- The problem
Compute how many lines in the entries below include the string "their". Only the number is wanted.

Start of Data in this exercise

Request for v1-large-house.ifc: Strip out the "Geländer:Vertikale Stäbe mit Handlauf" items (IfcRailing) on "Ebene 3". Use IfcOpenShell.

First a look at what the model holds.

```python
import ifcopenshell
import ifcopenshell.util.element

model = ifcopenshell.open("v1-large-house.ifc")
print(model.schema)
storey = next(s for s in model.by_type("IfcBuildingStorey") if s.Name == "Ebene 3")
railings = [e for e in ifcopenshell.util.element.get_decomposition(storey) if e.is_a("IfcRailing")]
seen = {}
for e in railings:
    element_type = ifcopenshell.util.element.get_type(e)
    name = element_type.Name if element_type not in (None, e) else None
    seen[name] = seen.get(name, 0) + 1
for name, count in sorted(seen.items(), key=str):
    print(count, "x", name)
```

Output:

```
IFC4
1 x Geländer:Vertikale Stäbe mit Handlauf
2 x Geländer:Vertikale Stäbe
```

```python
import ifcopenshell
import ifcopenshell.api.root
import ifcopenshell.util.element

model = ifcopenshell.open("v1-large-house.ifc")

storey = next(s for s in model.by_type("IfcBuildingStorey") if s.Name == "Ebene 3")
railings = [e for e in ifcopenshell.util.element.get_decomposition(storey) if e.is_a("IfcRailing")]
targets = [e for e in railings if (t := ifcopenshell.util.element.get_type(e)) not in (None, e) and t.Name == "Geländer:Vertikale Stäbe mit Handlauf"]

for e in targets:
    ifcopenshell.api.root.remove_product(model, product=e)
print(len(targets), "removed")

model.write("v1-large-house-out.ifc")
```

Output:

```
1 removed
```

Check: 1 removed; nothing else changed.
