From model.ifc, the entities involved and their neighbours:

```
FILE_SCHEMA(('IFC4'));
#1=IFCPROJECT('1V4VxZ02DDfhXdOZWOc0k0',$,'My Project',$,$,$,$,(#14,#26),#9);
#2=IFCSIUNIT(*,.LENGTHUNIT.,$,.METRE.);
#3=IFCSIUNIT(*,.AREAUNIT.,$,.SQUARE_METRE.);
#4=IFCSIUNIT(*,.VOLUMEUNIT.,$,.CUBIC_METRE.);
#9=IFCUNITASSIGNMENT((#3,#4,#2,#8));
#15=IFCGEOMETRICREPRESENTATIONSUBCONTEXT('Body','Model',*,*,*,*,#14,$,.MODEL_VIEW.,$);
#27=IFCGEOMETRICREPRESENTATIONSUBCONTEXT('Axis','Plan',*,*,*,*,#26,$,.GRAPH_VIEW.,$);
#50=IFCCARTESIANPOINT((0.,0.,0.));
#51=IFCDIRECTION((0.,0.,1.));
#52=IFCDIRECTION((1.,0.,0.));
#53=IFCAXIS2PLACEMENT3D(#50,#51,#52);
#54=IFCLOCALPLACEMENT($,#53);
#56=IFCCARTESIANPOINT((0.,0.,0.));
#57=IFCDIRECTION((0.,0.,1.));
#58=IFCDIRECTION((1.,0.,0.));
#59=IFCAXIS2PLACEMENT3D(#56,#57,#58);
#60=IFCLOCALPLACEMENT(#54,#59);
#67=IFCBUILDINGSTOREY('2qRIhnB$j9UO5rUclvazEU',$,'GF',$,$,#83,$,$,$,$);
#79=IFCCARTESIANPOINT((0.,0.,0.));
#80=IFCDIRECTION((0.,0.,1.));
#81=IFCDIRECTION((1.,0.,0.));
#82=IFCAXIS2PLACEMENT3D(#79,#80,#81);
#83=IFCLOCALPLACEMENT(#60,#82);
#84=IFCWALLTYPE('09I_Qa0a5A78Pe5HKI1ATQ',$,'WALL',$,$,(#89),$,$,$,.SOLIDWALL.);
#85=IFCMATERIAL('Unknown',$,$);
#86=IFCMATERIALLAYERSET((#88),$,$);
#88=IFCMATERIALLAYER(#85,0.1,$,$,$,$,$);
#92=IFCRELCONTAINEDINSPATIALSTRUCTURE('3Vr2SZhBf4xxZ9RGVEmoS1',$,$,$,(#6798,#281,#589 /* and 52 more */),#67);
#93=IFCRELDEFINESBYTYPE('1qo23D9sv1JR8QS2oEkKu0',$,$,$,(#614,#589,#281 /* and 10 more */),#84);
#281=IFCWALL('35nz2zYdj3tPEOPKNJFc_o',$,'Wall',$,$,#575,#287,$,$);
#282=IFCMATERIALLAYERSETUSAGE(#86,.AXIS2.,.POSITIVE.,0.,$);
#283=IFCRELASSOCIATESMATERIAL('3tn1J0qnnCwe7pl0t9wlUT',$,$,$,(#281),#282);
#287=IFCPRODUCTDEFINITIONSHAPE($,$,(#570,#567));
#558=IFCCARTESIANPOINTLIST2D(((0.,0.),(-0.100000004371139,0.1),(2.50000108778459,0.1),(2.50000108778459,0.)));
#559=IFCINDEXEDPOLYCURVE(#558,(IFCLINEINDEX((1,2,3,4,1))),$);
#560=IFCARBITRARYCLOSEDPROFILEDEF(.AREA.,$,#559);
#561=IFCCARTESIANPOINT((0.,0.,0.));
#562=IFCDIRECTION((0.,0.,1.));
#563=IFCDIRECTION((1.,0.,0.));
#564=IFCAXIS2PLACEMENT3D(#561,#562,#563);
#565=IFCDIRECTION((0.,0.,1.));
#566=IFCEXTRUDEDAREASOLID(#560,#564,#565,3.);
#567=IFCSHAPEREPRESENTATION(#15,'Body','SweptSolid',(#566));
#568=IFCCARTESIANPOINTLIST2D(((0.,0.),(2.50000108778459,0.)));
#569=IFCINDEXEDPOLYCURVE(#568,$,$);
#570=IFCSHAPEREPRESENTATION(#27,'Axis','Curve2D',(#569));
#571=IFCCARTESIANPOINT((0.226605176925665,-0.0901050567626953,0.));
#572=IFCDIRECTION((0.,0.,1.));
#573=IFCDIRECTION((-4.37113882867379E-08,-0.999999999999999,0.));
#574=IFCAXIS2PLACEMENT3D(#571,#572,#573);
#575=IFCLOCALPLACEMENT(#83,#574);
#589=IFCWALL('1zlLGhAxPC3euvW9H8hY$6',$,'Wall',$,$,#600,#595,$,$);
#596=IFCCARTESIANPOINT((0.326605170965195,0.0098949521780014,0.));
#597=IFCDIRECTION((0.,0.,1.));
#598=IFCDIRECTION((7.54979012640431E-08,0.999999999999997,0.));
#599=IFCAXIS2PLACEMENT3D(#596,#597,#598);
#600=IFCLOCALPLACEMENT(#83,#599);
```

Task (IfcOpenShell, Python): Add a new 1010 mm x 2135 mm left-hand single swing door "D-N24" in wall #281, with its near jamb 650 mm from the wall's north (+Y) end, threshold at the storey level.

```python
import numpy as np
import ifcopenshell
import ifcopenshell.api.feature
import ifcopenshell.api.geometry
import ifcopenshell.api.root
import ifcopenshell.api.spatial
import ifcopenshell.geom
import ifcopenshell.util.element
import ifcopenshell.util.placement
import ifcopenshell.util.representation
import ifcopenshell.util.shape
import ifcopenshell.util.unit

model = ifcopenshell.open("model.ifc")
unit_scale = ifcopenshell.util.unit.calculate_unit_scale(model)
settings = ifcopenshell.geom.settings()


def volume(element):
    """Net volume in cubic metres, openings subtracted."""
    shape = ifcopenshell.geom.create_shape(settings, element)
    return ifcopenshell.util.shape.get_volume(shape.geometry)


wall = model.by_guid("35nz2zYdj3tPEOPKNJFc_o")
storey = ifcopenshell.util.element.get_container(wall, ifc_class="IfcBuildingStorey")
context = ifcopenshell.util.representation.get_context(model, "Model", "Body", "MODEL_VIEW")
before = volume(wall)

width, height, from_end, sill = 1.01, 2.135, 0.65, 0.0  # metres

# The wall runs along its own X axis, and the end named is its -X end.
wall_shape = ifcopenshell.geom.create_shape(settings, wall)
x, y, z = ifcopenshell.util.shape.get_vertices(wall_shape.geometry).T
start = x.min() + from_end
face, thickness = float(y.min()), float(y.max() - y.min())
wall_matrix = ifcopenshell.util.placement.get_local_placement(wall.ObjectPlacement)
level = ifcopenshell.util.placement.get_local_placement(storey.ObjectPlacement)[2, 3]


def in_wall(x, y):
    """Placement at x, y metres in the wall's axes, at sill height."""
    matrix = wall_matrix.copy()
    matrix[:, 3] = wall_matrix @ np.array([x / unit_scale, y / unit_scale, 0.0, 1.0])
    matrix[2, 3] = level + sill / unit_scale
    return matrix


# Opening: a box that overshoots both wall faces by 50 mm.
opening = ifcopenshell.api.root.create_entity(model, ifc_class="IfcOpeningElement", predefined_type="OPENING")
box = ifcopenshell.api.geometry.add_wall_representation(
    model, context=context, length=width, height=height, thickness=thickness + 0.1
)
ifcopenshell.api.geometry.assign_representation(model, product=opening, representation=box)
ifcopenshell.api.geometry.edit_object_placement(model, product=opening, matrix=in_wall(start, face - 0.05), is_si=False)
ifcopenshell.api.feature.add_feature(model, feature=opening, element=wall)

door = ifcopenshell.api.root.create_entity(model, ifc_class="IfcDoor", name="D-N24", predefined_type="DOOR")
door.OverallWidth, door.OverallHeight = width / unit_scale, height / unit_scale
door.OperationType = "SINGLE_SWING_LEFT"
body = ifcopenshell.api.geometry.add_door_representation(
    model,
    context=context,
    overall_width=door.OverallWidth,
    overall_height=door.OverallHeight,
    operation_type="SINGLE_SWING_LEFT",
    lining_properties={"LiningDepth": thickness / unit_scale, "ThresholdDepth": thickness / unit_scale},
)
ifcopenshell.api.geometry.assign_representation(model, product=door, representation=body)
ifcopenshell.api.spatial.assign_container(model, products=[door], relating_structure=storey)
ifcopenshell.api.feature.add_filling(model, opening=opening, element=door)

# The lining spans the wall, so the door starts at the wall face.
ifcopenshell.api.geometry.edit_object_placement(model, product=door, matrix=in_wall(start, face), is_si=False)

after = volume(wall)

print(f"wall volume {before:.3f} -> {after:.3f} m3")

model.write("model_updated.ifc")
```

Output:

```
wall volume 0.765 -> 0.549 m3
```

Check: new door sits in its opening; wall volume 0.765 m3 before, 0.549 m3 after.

End of Data in this exercise
Start of Data in this exercise

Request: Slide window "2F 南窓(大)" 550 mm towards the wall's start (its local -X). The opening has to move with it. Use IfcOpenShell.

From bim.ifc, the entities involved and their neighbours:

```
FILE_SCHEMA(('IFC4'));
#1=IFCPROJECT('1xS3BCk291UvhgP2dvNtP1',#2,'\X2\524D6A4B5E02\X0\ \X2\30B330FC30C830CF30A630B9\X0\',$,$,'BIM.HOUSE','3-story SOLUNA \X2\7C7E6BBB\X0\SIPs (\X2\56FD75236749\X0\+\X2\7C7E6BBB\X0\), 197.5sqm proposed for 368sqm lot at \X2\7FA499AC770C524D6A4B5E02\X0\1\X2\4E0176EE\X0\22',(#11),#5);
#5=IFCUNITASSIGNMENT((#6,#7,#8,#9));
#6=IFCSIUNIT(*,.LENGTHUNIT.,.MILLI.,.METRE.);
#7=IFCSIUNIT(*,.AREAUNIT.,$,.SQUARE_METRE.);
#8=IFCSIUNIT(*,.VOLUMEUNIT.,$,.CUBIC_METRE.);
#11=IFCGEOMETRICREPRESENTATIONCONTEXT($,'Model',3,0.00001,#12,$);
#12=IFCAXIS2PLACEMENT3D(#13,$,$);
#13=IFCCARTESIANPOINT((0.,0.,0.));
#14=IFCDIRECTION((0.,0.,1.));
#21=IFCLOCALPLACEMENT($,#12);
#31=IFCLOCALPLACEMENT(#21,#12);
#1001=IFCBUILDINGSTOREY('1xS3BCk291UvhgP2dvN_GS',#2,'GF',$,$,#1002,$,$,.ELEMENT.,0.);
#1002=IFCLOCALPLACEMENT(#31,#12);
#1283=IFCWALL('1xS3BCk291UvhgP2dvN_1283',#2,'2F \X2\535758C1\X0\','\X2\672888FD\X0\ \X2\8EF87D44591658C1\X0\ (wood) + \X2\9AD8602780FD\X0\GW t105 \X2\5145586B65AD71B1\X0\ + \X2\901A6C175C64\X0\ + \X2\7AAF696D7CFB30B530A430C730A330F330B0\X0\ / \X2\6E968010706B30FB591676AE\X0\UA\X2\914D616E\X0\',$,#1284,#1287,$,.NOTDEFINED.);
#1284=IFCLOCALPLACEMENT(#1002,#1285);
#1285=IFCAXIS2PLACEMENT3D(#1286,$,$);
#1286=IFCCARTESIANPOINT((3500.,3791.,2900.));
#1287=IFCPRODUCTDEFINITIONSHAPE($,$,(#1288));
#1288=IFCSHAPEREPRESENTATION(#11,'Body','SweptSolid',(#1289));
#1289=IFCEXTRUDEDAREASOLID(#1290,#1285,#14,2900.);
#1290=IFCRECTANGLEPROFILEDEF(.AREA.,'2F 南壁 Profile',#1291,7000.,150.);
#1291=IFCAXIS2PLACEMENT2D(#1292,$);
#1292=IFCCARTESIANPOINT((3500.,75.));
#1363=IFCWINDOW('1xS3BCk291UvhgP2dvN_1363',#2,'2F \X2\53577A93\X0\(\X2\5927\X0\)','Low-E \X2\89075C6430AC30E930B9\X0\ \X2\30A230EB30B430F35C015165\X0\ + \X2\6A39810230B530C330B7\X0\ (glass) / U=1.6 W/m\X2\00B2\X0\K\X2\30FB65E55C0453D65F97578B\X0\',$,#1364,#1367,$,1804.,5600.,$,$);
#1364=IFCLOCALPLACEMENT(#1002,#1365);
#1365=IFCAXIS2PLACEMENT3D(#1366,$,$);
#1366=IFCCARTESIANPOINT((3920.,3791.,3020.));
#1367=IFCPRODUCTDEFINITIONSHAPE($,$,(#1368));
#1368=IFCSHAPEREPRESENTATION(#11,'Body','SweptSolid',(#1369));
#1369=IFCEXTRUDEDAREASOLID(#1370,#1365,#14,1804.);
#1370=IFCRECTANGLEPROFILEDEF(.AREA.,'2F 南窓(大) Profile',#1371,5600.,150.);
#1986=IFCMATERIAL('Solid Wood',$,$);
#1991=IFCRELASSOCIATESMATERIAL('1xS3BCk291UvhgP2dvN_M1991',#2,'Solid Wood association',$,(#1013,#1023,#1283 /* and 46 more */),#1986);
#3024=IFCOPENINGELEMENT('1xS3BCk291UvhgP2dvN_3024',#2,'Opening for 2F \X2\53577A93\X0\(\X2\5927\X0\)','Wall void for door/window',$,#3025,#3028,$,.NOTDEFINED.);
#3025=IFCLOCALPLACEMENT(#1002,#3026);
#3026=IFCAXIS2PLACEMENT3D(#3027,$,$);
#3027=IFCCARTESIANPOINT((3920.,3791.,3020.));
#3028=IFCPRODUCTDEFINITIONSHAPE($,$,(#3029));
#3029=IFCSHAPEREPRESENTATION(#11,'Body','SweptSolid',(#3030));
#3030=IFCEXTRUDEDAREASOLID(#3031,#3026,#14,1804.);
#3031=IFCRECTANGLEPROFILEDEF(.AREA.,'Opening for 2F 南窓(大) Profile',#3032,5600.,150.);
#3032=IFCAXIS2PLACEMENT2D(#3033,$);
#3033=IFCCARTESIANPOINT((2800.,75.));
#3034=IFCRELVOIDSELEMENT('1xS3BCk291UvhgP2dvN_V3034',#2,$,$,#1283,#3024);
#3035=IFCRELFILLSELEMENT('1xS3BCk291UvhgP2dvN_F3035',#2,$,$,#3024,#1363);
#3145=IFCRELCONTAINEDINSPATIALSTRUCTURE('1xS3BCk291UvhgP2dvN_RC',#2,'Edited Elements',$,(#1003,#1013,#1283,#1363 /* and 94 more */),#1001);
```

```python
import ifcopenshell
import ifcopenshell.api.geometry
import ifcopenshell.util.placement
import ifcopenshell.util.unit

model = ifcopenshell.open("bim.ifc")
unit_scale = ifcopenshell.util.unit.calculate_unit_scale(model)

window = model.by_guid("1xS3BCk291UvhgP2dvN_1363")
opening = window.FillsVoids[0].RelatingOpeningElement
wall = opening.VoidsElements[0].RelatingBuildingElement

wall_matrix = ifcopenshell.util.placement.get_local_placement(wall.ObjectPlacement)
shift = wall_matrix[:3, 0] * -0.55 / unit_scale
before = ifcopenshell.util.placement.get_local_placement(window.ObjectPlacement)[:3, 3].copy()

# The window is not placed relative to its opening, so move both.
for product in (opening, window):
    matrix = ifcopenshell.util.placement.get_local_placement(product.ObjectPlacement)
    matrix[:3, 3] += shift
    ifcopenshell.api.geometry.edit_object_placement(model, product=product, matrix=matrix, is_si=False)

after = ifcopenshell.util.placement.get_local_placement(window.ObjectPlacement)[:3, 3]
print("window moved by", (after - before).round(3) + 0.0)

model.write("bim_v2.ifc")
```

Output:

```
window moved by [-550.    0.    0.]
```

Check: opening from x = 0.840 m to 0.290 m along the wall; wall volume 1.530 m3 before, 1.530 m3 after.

End of Data in this exercise

- Your response
2